Como aquele fariseu que pratica o jejum e faz negócios escusos e maltrata seus funcionários, ou como aqueles que mesmo conhecendo os preceitos religiosos procura justificar suas faltas com argumentos ou leitura religiosa factual e não contextual.
Uma ascese que não inclua mudanças de atitudes e de comportamentos, uma resistência do espírito a tudo que parece justificável de imoral e duvidoso espiritualmente, deve ser um caminho para uma ascese verdadeira que faça uma verdadeira resistência do espírito.
As tentações de Jesus no deserto, em que foi lhe oferecido honra, glória e poder para ceder ao mal, mais que uma alegoria é um caminho para que conquistas sejam feitas de modo modesto, justo e sem ofender aos que estão por algum motivo dependentes de nós para o sustento.
Apelos a riqueza, ao poder e ao luxo em nome de religiosidade são as idolatrias mais claras e o reverso de qualquer resistência do espírito ou de resistência moral a decadência civilizatória.
As guerras não são outra coisa que as tentações do poder e da opressão a povos, grupos ou culturas que serão subjugados pela força bruta, pela humilhação e até mesmo pela morte de inocentes.

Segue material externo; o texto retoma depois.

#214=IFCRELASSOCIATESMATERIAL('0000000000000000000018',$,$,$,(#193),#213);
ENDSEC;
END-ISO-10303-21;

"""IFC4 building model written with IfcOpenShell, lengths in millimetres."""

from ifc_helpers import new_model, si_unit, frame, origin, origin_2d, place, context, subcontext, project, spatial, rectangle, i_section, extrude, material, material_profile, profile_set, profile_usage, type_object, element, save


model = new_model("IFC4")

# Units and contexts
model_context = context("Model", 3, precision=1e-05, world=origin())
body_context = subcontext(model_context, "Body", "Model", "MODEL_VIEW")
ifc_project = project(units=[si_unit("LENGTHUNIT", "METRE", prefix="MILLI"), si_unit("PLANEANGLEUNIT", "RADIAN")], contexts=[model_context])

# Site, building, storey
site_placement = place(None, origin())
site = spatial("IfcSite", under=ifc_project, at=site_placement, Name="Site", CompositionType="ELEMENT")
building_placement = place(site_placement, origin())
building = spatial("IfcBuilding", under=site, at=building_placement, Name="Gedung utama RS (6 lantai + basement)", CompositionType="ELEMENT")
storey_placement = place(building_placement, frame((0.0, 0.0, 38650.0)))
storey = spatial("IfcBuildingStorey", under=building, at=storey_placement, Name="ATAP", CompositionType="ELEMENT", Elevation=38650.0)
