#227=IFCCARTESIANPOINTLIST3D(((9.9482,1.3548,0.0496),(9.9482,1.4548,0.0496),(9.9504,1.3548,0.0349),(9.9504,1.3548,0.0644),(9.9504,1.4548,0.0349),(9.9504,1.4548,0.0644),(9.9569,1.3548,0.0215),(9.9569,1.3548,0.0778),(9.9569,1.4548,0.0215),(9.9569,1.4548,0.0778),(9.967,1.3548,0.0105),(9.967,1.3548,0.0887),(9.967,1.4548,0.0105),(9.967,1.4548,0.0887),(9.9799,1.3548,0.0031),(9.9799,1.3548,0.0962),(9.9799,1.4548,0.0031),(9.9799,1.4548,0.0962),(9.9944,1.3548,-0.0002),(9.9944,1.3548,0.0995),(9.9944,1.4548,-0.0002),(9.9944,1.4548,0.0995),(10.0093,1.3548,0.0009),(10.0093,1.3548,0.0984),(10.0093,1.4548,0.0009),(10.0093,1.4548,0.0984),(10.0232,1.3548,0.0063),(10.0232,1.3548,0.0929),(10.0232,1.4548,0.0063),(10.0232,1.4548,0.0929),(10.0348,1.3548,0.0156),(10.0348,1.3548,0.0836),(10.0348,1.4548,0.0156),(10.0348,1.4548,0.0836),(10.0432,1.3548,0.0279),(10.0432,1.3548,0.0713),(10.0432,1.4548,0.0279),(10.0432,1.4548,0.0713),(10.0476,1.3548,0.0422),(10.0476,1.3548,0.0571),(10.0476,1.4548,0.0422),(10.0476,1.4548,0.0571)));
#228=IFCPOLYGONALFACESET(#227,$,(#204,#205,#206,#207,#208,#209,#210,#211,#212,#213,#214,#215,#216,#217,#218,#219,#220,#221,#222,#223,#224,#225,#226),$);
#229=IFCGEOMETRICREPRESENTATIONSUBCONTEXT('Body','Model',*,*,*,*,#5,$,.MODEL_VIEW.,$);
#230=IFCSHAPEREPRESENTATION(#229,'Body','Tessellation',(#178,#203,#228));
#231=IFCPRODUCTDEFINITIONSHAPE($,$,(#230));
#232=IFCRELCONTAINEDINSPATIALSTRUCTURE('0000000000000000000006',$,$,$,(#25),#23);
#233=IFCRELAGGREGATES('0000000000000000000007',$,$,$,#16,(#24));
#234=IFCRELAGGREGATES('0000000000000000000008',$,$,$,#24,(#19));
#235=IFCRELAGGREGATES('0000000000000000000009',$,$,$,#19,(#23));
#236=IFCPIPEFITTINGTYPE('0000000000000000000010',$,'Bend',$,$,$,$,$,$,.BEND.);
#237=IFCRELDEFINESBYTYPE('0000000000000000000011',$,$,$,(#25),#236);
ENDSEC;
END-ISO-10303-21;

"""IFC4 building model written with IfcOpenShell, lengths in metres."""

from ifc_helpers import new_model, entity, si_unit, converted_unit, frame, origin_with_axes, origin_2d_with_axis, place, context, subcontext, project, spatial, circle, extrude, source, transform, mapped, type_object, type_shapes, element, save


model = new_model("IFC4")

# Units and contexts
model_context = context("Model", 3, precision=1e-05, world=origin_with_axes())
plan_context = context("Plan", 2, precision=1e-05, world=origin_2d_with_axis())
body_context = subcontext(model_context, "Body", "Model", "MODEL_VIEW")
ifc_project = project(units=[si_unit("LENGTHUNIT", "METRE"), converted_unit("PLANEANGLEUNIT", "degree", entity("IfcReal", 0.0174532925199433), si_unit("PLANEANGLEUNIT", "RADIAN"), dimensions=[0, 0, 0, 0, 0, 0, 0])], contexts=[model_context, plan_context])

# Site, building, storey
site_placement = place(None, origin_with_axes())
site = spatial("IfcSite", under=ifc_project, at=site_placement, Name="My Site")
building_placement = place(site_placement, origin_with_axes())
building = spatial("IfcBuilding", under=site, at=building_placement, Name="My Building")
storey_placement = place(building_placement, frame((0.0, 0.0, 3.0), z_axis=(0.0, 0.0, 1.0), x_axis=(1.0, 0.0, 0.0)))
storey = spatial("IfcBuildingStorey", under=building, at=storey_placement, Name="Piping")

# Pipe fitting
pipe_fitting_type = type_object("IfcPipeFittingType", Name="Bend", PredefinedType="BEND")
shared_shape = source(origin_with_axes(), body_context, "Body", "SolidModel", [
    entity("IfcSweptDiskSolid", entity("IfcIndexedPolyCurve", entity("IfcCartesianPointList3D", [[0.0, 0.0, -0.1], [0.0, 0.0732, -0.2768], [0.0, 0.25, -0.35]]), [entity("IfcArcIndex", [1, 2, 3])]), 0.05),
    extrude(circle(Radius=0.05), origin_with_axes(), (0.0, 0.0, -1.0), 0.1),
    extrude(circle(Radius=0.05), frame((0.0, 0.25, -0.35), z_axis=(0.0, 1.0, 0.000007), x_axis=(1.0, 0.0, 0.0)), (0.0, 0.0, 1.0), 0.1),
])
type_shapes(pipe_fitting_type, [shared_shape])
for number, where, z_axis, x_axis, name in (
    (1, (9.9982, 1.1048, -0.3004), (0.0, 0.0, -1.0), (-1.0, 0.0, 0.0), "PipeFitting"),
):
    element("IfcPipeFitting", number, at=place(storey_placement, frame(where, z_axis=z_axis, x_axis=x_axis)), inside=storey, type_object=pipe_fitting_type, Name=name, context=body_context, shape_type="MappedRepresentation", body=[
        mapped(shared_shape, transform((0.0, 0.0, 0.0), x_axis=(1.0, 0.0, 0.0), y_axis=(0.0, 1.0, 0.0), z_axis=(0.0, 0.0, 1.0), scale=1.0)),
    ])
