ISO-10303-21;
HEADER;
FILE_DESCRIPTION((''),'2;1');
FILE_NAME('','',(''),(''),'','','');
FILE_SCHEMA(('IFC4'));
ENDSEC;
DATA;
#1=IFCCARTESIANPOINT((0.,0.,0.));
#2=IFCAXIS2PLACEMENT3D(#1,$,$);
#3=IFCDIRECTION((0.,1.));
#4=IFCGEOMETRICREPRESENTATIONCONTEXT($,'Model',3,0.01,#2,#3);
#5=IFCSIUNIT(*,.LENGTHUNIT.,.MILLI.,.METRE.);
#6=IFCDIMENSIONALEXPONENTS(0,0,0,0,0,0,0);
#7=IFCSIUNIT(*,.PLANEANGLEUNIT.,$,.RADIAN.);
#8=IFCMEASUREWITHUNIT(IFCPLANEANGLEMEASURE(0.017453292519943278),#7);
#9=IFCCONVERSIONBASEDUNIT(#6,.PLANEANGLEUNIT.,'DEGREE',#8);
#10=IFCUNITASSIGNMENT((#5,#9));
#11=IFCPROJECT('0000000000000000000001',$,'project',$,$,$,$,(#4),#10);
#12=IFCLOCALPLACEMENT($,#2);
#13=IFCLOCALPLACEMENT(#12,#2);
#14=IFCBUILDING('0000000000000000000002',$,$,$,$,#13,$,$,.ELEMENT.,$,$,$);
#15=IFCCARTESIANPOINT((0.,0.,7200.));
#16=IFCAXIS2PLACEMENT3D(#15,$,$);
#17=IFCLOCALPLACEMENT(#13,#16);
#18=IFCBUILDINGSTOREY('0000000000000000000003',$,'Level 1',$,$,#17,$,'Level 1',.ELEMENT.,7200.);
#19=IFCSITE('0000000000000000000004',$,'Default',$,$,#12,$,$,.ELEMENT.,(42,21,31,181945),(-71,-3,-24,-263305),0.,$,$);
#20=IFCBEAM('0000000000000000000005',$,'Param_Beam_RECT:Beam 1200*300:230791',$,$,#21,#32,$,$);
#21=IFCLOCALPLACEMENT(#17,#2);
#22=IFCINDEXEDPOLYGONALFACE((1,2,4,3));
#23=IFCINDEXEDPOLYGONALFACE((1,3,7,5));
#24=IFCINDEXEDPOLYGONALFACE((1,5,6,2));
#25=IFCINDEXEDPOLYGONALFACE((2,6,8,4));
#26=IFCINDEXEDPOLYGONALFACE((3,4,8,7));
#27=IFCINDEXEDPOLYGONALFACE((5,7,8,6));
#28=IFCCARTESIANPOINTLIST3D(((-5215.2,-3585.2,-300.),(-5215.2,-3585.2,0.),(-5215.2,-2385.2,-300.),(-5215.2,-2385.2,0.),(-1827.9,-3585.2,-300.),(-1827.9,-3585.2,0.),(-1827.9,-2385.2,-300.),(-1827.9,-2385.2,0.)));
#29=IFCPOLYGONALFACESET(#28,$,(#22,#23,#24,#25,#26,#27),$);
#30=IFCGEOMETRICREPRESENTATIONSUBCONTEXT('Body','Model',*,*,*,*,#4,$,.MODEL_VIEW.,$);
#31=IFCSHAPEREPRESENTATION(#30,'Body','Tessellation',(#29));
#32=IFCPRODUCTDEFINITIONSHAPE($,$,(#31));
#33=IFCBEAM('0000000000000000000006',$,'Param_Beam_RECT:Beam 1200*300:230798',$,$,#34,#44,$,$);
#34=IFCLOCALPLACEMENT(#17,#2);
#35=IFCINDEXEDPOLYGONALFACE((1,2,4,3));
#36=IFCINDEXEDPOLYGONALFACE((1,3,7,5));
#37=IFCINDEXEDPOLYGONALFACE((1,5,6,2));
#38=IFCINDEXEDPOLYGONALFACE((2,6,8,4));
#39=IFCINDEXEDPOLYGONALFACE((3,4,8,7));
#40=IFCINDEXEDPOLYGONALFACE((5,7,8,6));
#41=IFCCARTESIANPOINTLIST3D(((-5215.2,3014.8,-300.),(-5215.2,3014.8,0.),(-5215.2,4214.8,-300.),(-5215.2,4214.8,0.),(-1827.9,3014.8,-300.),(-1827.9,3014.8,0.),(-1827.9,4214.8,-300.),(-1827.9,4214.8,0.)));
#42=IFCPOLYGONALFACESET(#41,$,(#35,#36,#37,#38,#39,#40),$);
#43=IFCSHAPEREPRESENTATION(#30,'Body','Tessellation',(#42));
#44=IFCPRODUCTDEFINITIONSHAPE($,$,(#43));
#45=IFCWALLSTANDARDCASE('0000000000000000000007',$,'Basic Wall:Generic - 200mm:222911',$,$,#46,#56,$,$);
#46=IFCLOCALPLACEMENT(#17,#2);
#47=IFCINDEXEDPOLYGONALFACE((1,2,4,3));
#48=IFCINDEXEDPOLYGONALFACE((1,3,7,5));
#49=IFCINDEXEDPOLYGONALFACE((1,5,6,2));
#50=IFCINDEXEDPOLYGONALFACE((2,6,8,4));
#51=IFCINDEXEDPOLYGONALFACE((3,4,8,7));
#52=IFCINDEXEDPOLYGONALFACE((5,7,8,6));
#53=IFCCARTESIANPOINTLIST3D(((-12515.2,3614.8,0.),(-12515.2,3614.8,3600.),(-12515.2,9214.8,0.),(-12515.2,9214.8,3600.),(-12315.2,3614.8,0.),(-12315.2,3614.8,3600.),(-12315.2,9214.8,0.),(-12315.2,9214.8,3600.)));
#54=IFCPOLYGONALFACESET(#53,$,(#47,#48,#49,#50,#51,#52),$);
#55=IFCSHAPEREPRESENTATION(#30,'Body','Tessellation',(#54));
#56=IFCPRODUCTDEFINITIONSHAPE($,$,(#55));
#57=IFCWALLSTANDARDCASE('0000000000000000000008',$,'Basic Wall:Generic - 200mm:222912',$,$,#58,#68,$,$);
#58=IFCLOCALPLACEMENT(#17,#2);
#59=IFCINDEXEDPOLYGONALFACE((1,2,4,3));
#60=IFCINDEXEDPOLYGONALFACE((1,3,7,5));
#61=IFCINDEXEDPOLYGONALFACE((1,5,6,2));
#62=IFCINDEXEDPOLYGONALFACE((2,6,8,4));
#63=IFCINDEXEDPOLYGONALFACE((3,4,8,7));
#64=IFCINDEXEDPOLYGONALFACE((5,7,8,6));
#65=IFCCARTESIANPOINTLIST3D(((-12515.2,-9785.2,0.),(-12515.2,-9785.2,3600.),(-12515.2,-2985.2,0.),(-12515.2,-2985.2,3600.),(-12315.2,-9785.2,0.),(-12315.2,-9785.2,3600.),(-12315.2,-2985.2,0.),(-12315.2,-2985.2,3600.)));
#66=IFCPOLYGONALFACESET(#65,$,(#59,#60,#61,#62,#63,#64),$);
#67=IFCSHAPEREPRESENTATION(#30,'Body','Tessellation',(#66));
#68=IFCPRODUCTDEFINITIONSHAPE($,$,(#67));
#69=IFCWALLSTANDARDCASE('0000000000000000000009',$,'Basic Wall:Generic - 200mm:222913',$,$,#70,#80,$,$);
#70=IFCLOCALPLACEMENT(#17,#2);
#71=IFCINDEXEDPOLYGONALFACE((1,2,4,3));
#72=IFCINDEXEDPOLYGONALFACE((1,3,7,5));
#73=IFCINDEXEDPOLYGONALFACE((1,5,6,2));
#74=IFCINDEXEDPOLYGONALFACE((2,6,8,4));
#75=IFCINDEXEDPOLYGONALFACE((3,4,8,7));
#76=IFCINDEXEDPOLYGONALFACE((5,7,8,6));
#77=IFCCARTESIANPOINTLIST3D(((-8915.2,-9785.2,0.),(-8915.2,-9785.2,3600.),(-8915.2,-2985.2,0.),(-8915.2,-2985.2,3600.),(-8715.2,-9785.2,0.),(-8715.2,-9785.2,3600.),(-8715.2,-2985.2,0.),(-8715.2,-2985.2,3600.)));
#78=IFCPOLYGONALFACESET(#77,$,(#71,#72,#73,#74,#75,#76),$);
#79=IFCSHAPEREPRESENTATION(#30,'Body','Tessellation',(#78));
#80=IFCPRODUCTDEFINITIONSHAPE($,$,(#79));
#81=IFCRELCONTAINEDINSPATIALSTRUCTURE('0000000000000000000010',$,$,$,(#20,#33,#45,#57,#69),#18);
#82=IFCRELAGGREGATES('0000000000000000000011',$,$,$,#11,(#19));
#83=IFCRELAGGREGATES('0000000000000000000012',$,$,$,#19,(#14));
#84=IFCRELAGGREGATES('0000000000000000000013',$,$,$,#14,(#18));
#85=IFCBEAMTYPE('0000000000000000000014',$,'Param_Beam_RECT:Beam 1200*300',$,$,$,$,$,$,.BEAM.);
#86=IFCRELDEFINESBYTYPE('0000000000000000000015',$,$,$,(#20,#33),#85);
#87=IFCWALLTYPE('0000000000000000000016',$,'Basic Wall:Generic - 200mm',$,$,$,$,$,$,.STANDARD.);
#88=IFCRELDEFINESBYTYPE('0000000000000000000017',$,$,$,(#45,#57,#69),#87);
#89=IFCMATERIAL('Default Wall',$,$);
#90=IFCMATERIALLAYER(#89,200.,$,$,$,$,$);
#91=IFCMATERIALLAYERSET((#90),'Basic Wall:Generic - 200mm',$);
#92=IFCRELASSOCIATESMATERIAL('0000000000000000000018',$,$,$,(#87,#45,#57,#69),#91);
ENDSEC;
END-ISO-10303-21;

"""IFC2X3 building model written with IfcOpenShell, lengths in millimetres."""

from ifc_helpers import new_model, entity, si_unit, converted_unit, direction, frame, frame_2d, origin, place, context, subcontext, project, spatial, rectangle, extrude, material, layer, layer_set, layer_usage, type_object, element, save


model = new_model("IFC2X3")

# Units and contexts
model_context = context("Model", 3, precision=0.01, world=origin(), true_north=direction((0.0, 1.0)))
body_context = subcontext(model_context, "Body", "Model", "MODEL_VIEW")
ifc_project = project(units=[si_unit("LENGTHUNIT", "METRE", prefix="MILLI"), converted_unit("PLANEANGLEUNIT", "DEGREE", entity("IfcPlaneAngleMeasure", 0.017453292519943278), si_unit("PLANEANGLEUNIT", "RADIAN"), dimensions=[0, 0, 0, 0, 0, 0, 0])], contexts=[model_context])

# Site, building, storey
site_placement = place(None, origin())
site = spatial("IfcSite", under=ifc_project, at=site_placement, Name="Default", CompositionType="ELEMENT", RefLatitude=(42, 21, 31, 181945), RefLongitude=(-71, -3, -24, -263305), RefElevation=0.0)
building_placement = place(site_placement, origin())
building = spatial("IfcBuilding", under=site, at=building_placement, CompositionType="ELEMENT")
storey_placement = place(building_placement, frame((0.0, 0.0, 7200.0)))
storey = spatial("IfcBuildingStorey", under=building, at=storey_placement, Name="Level 1", LongName="Level 1", CompositionType="ELEMENT", Elevation=7200.0)

# Beams
beam_type_1 = type_object("IfcBeamType", Name="Param_Beam_RECT:Beam 1200*300", PredefinedType="BEAM")
beam_1_placement = place(storey_placement, frame((-5215.2, -2985.2, 0.0)))
element("IfcBeam", 1, at=beam_1_placement, inside=storey, type_object=beam_type_1, Name="Param_Beam_RECT:Beam 1200*300:230791", context=body_context, shape_type="SweptSolid", body=[
    extrude(rectangle(XDim=300.0, YDim=1200.0, at=frame_2d((0.0, 0.0), x_axis=(1.0, 0.0))), frame((0.0, 0.0, -150.0), z_axis=(1.0, 0.0, 0.0), x_axis=(0.0, 0.0, -1.0)), (0.0, 0.0, 1.0), 3387.3),
])
beam_2_placement = place(storey_placement, frame((-5215.2, 3614.8, 0.0)))
element("IfcBeam", 2, at=beam_2_placement, inside=storey, type_object=beam_type_1, Name="Param_Beam_RECT:Beam 1200*300:230798", context=body_context, shape_type="SweptSolid", body=[
    extrude(rectangle(XDim=300.0, YDim=1200.0, at=frame_2d((0.0, 0.0), x_axis=(1.0, 0.0))), frame((0.0, 0.0, -150.0), z_axis=(1.0, 0.0, 0.0), x_axis=(0.0, 0.0, -1.0)), (0.0, 0.0, 1.0), 3387.3),
])

# Walls
ifc_material_1 = material(Name="Default Wall")
ifc_layer = layer(ifc_material_1, 200.0)
ifc_layer_set = layer_set([ifc_layer], Name="Basic Wall:Generic - 200mm")
ifc_layer_usage_1 = layer_usage(ifc_layer_set, "AXIS2", "NEGATIVE", 100.0)
wall_type = type_object("IfcWallType", Name="Basic Wall:Generic - 200mm", PredefinedType="STANDARD", material=ifc_layer_set)
wall_1_placement = place(storey_placement, frame((-12415.2, 3614.8, 0.0), z_axis=(0.0, 0.0, 1.0), x_axis=(0.0, 1.0, 0.0)))
element("IfcWallStandardCase", 3, at=wall_1_placement, inside=storey, type_object=wall_type, material=ifc_layer_usage_1, Name="Basic Wall:Generic - 200mm:222911", context=body_context, shape_type="SweptSolid", body=[
    extrude(rectangle(XDim=5600.0, YDim=200.0, at=frame_2d((2800.0, 0.0), x_axis=(-1.0, 0.0))), origin(), (0.0, 0.0, 1.0), 3600.0),
])
ifc_layer_usage_2 = layer_usage(ifc_layer_set, "AXIS2", "NEGATIVE", 100.0)
wall_2_placement = place(storey_placement, frame((-12415.2, -9785.2, 0.0), z_axis=(0.0, 0.0, 1.0), x_axis=(0.0, 1.0, 0.0)))
element("IfcWallStandardCase", 4, at=wall_2_placement, inside=storey, type_object=wall_type, material=ifc_layer_usage_2, Name="Basic Wall:Generic - 200mm:222912", context=body_context, shape_type="SweptSolid", body=[
    extrude(rectangle(XDim=6800.0, YDim=200.0, at=frame_2d((3400.0, 0.0), x_axis=(-1.0, 0.0))), origin(), (0.0, 0.0, 1.0), 3600.0),
])
ifc_layer_usage_3 = layer_usage(ifc_layer_set, "AXIS2", "NEGATIVE", 100.0)
wall_3_placement = place(storey_placement, frame((-8815.2, -9785.2, 0.0), z_axis=(0.0, 0.0, 1.0), x_axis=(0.0, 1.0, 0.0)))
element("IfcWallStandardCase", 5, at=wall_3_placement, inside=storey, type_object=wall_type, material=ifc_layer_usage_3, Name="Basic Wall:Generic - 200mm:222913", context=body_context, shape_type="SweptSolid", body=[
    extrude(rectangle(XDim=6800.0, YDim=200.0, at=frame_2d((3400.0, 0.0), x_axis=(-1.0, 0.0))), origin(), (0.0, 0.0, 1.0), 3600.0),
])

save(model, "model.ifc")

A esperança de paz, de moralidade e ética está em conservar uma resistência do espírito.
Morin, E. A resistência do Espírito, Italia: La Reppublica, 24-01-2024.
Estratégia russa e israelense
De um lado uma potência a esquerda, que não negocia com opositores e não abre mão do poder, de outro uma potência ocidental onde a guerra pode ajudar a manter no poder as forças de direita em coalisão.
As guerras são políticas e não podemos vê-las apenas pela ótica de ditadores e genocidas, ainda que qualquer guerra se fundamente na ilegitimidade de matança de civis e mesmo dentro dos parâmetros de acordos internacionais sobre a guerra, eles sejam ultrapassados.
Qualquer narrativa que haja esconde o ódio e a vingança contra opositores, a ira e a violência como fundamento, usando para isto discursos de virilidade, ideologias do pensamento único e até mesmo apelos humanísticos que são ultrapassados a partir da primeira batalha.
A análise crítica é que não haverão recuos, em recente discurso Putin declarou que não há possibilidade de derrota na Ucrânia, isto é, usaria as catastróficas armas nucleares ou recursos próximos disto, porém atenua dizendo que não há interesses de invasão na Polônia e Letônia.
Apesar de terem eleições próximas, o único opositor russo que Putin respeita, outros já estão presos ou desaparecem presos ou mortos, não há possibilidade de qualquer mudança no poder.
Em Israel, o presidente Netanyahu ameaça mandar tropas a Rafah, campo de refugiados na fronteira com o Egito, que tem um tratado de paz com Israel a 45 anos, também o presidente americano Biden pediu que não sejam enviadas tropas para lá, mas a proximidade das eleições israelenses exige um aceno para a direita mais radical em Israel.
A diretora executiva da UNICEF, Catherine Russel, disse que os civis em Rafah devem ser protegidos, pois não tem para onde ir: “cerca de 1.3 milhão de civis estão encurralados, vivendo nas ruas ou em abrigos. Eles precisam ser protegidos. Eles não têm nenhum lugar seguro para onde ir”, disse segundo a imprensa internacional.
A lógica da guerra é que favorece os ditadores e não permite que qualquer princípio mais humano e democrático seja respeitado, é a ausência de serenidade e tolerância a opositores.